Second that, about choosing your gear well. I have a Canon Elph 1300 camera that runs for a good solid month on a charge (like 250+ pics), but my Pentax rugged outdoorsy camera is half dead after a day of shooting... like 30-40 pics. I thought something was wrong with the battery, so I got a brand new extended run battery, and it was no improvement. But hey, two batteries run twice as long, right?

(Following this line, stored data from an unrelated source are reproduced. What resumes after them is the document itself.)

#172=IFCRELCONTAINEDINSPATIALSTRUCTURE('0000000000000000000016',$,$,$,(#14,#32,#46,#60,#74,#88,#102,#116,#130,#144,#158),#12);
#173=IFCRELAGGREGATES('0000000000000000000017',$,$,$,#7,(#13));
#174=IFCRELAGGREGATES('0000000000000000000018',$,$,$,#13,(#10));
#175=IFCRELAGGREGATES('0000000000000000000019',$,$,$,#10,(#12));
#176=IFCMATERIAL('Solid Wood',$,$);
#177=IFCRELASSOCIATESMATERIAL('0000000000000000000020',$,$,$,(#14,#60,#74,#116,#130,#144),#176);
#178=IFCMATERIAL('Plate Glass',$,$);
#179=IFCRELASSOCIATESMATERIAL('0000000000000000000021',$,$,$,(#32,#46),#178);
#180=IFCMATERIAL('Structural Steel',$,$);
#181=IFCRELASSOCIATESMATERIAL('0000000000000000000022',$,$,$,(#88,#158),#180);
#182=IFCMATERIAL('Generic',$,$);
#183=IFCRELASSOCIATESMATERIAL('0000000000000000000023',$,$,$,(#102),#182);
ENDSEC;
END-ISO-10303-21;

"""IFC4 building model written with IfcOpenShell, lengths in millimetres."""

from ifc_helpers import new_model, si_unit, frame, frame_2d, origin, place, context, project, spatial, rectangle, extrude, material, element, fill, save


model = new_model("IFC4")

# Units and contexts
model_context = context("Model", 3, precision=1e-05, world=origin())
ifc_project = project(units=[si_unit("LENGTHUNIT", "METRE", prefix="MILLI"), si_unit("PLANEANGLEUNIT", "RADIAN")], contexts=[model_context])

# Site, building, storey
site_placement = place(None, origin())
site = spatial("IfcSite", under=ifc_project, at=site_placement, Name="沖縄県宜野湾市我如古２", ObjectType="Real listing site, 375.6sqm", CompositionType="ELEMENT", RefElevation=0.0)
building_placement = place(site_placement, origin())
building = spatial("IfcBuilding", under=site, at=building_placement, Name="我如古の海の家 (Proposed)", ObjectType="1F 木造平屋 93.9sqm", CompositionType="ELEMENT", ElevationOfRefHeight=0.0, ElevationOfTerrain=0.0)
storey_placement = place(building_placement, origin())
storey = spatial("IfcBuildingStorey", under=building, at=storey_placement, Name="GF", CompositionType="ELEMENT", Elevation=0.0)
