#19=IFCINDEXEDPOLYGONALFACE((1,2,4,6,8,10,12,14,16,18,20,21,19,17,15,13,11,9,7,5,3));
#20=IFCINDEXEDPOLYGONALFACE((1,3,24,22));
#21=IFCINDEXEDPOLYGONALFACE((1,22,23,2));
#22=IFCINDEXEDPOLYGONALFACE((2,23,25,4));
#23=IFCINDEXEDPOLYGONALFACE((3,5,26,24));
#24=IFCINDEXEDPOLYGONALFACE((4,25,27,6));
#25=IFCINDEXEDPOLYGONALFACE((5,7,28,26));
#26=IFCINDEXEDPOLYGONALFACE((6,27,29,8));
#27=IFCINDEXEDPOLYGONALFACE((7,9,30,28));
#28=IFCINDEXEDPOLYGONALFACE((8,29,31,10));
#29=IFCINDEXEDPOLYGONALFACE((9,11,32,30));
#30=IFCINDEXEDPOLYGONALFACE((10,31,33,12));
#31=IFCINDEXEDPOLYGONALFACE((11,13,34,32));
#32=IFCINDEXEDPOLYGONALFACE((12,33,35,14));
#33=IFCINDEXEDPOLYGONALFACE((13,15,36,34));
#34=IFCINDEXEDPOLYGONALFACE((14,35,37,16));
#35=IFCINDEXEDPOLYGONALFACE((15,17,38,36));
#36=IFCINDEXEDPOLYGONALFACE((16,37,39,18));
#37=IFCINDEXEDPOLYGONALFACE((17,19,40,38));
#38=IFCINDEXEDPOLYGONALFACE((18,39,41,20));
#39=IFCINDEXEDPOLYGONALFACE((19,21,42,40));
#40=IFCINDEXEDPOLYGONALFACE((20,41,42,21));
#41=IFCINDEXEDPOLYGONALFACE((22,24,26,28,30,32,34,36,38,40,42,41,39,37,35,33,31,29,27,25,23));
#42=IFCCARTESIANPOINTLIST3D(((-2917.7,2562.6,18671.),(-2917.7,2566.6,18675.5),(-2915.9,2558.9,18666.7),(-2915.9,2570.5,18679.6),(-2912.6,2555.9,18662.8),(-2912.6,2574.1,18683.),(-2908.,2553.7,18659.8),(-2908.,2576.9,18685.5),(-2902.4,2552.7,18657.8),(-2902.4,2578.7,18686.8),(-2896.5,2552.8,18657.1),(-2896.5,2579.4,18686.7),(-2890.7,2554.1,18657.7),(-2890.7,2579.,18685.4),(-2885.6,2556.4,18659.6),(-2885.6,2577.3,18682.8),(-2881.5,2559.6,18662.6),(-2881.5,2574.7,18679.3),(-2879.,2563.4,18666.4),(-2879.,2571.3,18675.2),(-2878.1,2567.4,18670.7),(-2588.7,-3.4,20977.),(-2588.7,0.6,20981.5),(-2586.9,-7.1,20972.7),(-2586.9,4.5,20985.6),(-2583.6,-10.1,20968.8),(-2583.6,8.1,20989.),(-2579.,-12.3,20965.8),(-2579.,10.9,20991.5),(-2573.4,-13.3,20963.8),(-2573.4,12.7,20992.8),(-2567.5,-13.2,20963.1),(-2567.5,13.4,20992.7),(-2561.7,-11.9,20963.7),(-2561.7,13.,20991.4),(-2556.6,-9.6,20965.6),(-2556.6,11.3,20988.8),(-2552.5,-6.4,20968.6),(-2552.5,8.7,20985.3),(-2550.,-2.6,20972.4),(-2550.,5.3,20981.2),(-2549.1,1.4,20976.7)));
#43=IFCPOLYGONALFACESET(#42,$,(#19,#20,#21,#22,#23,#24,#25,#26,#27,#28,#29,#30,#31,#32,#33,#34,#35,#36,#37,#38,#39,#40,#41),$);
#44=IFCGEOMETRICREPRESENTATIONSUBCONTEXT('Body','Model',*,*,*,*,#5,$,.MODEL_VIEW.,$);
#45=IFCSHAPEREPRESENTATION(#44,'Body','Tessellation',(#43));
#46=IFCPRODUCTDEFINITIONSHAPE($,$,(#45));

iPhones can run (sleep) a long time if you put them in airplane mode.


----------



## rallyrcr (May 5, 2010)

I used to turn my phone off to conserve the battery figuring I could turn it on when needed. Found that I was not taking as many pics b/c it was a pita to turn it on and wait the few moments for it to power up, etc. I find airplane mode is almost as good and much easier and quicker to use. 


Sent from my iPad using Tapatalk HD


----------



## Himself (Oct 11, 2008)

Interesting stuff. I'm doing a 30 day 3,000 k Brevet next year and in leading up,a 400 k randoneur ride in (hopefully)!under 27'hours in a month. My issue is similar, as I run an Edge 1000 plus lights and haven't been able to find a dyno hub yet in New Zealand to have a wheel built up with. Any ideas? Especially for the 400 as it will be my longest continuous ride and I'd love to Strava it for posterity!!


----------



## mtbbill (Dec 31, 2003)

I'm just getting into bikepacking. I'm looking to use my Goal Zero Nomad 7 panel along with a Guide 10 battery pack and maybe a 4,500mah battery pack as well.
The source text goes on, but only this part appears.